Ask chef Vikramjit Roy, master chef, newly arrived from Chennai where he helmed a sprucing-up of brand Pan Asian to open this modern Asian restaurant in Delhi, what's the secret and he merely shrugs: the curry is done from scratch, in-house, he says. Well, that's the least one expects from a restaurant with an ITC pedigree and a chef of this calibre. So, I think no more about it, till one evening over Jack Daniel's and coke, the drink, the chef truly explains how it is all done.
Thai herbs — as also Japanese seafood and Chinese ingredients — are all flown in on a weekly basis. And the curry is done from scratch. But there is more to it. For one, it is finished in a coconut shell. For another, in sous-vide!
"We put the curry in a coconut shell and vacuum-pack it. For 30 minutes, it is allowed to simmer in the water bath, so that the white flesh of the coconut gently disintegrates and blends into the curry," says Roy, trying his best to explain cooking chemistry to a layman. "That's what gives it that exact body and sweetness."
I am hooked. To the food. But also to the science behind it. So, we go on chatting a bit more. It turns out that the John Dory I have eaten and appreciated the evening before does not get its gorgeous brown crust from pan or oven. It is also cooked in sousvide, and topped with a crispy layer of METIL (methylcellulose) and then finished under a salamander. The overwhelming umami in the soup comes because all the wild mushrooms have been dehydrated (it concentrates the flavour); the crispy lotus stem in spicy soy is crispy not because it has been fried but because it is dehydrated, as are all the sweet potato chips et al.
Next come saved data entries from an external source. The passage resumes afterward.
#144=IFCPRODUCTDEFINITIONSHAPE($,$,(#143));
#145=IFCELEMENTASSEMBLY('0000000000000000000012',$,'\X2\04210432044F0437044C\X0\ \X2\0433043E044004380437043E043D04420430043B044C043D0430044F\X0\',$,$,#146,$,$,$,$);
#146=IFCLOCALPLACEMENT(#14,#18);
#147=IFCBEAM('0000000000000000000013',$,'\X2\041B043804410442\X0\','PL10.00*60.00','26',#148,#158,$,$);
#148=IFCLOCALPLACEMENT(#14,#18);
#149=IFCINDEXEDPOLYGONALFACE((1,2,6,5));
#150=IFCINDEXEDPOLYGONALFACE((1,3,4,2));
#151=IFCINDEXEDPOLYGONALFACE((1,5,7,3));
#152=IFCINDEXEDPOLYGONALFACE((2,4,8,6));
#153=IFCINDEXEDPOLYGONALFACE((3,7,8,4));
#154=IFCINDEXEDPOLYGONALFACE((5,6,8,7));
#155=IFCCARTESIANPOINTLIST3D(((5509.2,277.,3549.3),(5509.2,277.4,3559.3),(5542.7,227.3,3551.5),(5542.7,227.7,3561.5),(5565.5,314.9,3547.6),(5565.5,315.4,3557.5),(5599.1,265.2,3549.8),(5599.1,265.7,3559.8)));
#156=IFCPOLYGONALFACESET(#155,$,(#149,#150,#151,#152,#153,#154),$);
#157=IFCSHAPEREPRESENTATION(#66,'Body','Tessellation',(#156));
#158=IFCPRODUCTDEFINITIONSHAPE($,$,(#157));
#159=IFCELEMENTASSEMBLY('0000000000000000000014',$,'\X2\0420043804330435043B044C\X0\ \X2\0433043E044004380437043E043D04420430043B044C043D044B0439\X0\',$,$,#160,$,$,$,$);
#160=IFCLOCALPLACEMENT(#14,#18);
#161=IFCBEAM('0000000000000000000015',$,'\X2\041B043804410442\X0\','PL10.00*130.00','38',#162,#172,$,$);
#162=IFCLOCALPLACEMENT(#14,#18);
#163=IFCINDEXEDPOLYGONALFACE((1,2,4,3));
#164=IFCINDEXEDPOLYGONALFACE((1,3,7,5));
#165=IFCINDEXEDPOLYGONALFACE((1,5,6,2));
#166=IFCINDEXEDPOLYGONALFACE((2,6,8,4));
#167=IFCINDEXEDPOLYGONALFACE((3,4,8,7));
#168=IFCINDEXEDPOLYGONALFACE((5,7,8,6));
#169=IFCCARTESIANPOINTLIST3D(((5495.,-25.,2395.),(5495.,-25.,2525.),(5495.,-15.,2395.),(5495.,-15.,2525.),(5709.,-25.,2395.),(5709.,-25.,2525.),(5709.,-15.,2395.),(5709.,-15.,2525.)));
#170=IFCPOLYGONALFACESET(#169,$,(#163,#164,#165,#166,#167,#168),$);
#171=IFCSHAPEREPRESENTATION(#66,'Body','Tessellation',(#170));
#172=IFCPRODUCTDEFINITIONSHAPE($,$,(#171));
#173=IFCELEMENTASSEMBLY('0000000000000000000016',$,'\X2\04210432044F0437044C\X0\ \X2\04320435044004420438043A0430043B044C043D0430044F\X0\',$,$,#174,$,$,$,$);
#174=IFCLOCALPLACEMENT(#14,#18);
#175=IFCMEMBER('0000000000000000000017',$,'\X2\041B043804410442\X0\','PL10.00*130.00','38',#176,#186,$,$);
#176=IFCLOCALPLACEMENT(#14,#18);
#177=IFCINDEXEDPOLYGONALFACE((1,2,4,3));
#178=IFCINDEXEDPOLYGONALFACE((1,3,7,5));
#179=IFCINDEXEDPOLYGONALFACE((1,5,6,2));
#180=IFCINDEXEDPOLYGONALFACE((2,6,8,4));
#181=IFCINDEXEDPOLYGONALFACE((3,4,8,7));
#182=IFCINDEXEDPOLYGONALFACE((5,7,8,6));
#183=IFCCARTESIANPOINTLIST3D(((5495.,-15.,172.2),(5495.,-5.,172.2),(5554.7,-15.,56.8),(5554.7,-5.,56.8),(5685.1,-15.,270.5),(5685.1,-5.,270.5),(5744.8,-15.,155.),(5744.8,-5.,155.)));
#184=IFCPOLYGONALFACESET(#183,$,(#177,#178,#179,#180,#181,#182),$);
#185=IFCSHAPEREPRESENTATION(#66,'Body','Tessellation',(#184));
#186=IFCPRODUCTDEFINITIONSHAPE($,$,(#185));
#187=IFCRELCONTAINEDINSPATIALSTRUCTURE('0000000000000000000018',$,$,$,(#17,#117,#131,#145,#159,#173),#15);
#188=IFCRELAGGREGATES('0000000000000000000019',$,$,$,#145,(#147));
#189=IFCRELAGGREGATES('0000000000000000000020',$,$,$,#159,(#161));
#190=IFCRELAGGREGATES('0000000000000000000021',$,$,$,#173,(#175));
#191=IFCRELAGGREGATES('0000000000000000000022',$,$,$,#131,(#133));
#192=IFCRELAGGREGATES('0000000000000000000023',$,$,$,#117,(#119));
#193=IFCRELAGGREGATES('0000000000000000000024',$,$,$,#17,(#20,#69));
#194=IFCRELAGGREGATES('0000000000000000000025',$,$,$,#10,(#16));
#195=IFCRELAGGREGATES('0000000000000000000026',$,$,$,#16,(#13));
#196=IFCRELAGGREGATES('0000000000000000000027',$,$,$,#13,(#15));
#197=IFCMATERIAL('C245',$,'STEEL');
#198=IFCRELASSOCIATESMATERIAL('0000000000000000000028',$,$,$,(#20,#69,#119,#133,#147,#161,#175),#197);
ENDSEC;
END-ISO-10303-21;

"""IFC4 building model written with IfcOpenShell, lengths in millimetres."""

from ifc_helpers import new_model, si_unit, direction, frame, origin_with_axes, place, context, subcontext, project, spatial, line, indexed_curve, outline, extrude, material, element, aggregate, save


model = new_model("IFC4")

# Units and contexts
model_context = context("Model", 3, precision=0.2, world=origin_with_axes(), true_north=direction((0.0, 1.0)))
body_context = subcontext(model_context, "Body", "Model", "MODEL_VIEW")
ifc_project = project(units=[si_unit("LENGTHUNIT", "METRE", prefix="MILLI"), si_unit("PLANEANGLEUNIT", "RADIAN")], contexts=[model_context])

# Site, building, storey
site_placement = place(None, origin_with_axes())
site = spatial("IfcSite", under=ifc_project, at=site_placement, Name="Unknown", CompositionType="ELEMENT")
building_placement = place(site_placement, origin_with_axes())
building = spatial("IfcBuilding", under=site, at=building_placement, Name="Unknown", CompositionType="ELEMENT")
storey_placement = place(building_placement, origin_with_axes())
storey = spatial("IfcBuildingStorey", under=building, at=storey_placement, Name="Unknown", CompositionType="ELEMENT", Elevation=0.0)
And finally, the dessert to die for that has exotic berries does not taste of tinned fruit (how else do you get blueberries in India?) because of lyophilisation — freezefrying, in which the material is frozen and the surrounding pressure reduced so that the frozen water in the material sublimates directly from solid to gas! "That is why the flavour is intense and the shape of the fruit is maintained," says Roy.
Thought for Taste
Chemistry is inevitable to cooking but fancy lab-like processes are hardly ever the best indication of the best food. And just last month, I went to hyped-up meals where the process of cooking was more raved about than the lessthan-stellar food that landed up on the table! But at Tian, the cooking processes are only secondary to taste.
"An immersion circulator is calibrated to .01 degree centigrade. Ovens are calibrated to 5-10 degree centigrade. And with many of these processes, we can achieve the same texture and better flavour without frying and still retaining the nutrients. But at the end, these are merely cooking aids, to help you cook better and with more precision," points out the chef, who was allowed by the hotel group to also research old cooking techniques and recipes in Korea, Japan and China before opening the ambitious new project.
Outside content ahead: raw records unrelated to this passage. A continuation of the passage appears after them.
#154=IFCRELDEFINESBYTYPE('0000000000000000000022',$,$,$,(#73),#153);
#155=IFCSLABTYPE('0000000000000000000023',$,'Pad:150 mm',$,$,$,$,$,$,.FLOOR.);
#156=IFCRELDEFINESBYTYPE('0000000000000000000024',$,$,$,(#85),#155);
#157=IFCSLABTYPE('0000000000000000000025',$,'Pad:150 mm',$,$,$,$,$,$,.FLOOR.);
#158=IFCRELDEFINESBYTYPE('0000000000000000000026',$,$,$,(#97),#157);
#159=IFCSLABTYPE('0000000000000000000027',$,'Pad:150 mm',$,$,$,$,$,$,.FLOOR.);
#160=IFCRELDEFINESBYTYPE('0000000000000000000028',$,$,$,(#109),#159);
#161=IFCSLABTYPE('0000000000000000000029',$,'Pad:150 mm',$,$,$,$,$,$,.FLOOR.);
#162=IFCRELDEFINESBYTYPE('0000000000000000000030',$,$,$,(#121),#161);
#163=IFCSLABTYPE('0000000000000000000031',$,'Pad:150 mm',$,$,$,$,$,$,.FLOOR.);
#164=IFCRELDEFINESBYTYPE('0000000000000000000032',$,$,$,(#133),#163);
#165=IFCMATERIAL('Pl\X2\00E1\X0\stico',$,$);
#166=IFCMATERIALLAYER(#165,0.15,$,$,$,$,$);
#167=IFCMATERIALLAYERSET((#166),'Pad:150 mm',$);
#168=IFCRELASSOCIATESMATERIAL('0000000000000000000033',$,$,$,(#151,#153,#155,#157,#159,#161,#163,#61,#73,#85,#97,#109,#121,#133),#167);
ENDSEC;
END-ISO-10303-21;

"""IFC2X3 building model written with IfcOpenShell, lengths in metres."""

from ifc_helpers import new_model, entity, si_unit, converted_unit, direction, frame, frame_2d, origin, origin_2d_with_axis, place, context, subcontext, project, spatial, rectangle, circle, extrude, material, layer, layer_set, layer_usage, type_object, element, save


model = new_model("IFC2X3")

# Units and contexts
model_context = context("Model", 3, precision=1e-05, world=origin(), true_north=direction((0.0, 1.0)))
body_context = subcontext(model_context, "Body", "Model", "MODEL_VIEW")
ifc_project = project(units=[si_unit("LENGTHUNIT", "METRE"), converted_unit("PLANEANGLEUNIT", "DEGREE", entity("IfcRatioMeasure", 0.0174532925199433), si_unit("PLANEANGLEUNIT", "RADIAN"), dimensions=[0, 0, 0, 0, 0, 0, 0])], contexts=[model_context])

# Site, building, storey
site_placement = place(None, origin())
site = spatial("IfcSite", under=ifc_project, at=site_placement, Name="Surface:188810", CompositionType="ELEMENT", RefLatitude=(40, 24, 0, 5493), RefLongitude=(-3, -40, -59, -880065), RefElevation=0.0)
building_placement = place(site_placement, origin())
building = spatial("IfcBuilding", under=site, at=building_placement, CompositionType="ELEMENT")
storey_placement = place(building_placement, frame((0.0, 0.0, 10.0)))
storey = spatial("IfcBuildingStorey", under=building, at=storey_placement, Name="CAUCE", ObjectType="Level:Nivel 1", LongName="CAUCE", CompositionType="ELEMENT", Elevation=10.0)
But Tian's gourmet credentials are not founded on modern cooking processes alone. The food sits on a bedrock of research: Sichuan prawns, for instance, have a pronounced cumin taste because the food from that region bears an Indian culinary influence. And there are little nuances like starting off with a fruit/sweet element as part of the amuse bouche because the elusive and little-researched Korean Temple Food philosophy also ties-up with Ayurveda in saying that a little sweet whets the appetite.
As you break a bite off the prawns that lie on a bed of guacamole, spear a bit of the pineapple on to the fork as well, dip into what looks like some innocuous powder on the plate, and take a bite, you do a double take. Smoke fills your mouth and as you exhale, the gleeful chef claps, "So you have been smoking..."
Though that is the only bit of smoke, there is enough spectacle in the presentation to keep you gripped. Everything in the restaurant reminds you of the new direction Asian dining out is taking in the country: Luxe ingredients, the playful combinations of flavours backed by research, and yes, cooking techniques. In that the restaurant sits on the cusp of a brave new trend.
Playful Twists, Seriously Gourmet
Worldwide, contemporary Asian, where diverse Asian flavours have been combined (Aussie meats with Vietnamese ingredients, Korean BBQ in a Chinese bun — Momofuku — et al) with western cooking techniques and presentations, has been quite popular in the last few years. And now, it is beginning to be experienced in India as well at a handful of restaurants.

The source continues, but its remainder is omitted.